Doctoral Dissertations

Date of Award


Degree Type


Degree Name

Doctor of Philosophy


Engineering Science

Major Professor

Y. Jack Weitsman

Committee Members

John Stoneking, John Landis, Raymond Krieg, Gerald Fitzpatrick


The purpose of this research is to investigate the effects of two phenomena that are specific to thermoplastic resin composites. The phenomena are:

(a) the significant nonlinear creep, that occurs especially at high temperatures, which affects the residual thermal stresses in a geometrically constrained structure.

(b) the spatially nonuniform transverse crystallinity which develops in some fiber-reinforced thermoplastic composites, which introduces spatial variability and nonlinearity in the stiffness of the composite.

The first part of the dissertation is related to the former phenomenon. It presents a computational scheme for the optimal temperature path for APC-2 composite laminate, modeled as nonlinear, thermorheologically complex, viscoelastic material. The laminate is assumed to be sufficiently this to obviate the accounting for temperature nonuniformities across the thickness. An iterative, computational scheme is developed for the particular case of a cross-ply lay-ups laminate, which can be generalized to other symmetric lay-up with minor modifications. As prototype cases which can provide the guidance, as well as verification checks, for the iterative numerical scheme, analytic solutions are developed for two idealized relaxation models.

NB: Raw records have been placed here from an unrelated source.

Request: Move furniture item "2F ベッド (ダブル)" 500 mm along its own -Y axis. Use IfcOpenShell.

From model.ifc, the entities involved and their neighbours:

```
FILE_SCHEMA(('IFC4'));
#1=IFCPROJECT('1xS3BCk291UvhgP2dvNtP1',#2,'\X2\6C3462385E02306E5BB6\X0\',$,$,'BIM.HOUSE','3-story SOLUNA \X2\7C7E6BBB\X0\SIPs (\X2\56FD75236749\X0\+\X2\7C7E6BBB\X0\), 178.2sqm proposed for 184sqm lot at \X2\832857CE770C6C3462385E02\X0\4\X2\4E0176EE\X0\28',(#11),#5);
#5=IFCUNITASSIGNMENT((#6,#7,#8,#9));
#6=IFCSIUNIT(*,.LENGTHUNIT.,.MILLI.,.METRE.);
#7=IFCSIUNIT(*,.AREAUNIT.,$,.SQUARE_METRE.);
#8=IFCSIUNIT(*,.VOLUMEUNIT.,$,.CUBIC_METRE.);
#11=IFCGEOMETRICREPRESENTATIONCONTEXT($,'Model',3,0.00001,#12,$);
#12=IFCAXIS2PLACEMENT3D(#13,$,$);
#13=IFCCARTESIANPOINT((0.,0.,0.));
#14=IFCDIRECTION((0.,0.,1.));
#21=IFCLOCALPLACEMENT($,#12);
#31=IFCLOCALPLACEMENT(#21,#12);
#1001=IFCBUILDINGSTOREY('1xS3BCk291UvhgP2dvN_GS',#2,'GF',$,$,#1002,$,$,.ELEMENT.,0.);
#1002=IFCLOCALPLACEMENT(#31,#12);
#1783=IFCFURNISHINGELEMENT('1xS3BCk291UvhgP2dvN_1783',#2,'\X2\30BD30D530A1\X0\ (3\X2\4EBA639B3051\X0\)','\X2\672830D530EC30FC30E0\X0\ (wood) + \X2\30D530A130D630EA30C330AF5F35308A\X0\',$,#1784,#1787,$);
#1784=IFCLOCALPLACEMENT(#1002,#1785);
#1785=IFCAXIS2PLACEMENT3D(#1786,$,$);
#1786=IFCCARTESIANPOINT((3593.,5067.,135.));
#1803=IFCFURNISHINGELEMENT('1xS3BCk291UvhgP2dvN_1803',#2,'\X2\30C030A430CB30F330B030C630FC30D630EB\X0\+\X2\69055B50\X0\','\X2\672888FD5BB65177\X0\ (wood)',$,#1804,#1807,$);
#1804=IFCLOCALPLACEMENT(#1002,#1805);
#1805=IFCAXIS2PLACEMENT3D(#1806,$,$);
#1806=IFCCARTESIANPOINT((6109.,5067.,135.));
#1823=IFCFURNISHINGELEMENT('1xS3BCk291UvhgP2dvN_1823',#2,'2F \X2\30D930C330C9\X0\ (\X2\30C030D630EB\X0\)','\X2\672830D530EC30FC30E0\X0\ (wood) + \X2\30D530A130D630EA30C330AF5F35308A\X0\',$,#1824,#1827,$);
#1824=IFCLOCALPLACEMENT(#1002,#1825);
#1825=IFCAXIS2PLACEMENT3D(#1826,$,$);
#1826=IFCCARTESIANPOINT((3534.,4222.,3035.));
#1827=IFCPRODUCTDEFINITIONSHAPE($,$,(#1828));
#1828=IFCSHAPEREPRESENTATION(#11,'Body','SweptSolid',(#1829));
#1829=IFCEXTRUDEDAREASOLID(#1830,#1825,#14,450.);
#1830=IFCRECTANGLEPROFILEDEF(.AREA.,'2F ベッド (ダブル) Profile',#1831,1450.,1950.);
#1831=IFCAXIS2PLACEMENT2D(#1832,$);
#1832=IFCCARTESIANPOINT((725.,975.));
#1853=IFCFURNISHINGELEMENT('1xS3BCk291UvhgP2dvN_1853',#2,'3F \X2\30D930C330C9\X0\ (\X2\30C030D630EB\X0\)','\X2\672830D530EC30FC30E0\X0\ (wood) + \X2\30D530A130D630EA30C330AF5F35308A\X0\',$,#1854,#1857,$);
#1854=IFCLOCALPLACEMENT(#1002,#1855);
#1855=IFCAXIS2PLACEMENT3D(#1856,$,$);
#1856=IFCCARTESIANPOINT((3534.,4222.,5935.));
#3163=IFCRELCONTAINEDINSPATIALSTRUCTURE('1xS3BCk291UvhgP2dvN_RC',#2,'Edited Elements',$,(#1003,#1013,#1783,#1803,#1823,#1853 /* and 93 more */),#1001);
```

```python
import ifcopenshell
import ifcopenshell.api.geometry
import ifcopenshell.util.placement
import ifcopenshell.util.unit

model = ifcopenshell.open("model.ifc")
unit_scale = ifcopenshell.util.unit.calculate_unit_scale(model)

item = model.by_guid("1xS3BCk291UvhgP2dvN_1823")
matrix = ifcopenshell.util.placement.get_local_placement(item.ObjectPlacement)
matrix[:3, 3] -= matrix[:3, 1] * 0.5 / unit_scale
ifcopenshell.api.geometry.edit_object_placement(model, product=item, matrix=matrix, is_si=False)

print(ifcopenshell.util.placement.get_local_placement(item.ObjectPlacement).round(3) + 0.0)

model.write("model_updated.ifc")
```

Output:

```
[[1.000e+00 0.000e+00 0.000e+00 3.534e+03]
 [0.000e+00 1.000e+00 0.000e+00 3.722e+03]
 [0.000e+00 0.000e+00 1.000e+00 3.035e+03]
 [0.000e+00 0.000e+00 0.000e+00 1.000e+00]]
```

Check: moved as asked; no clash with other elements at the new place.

The second part of the dissertation, which concerns the latter phenomenon, presents analytical/computational results for the inplane stresses in a moderately thick, cross-ply, graphite/PEEK (APC-2) laminate accounting for effects of nonuniform PEEK crystallinity across the plate's thickness. These effects are incorporated as crystallinity-induced variations in the longitudinal modulus EL, including its nonlinear dependence on strain.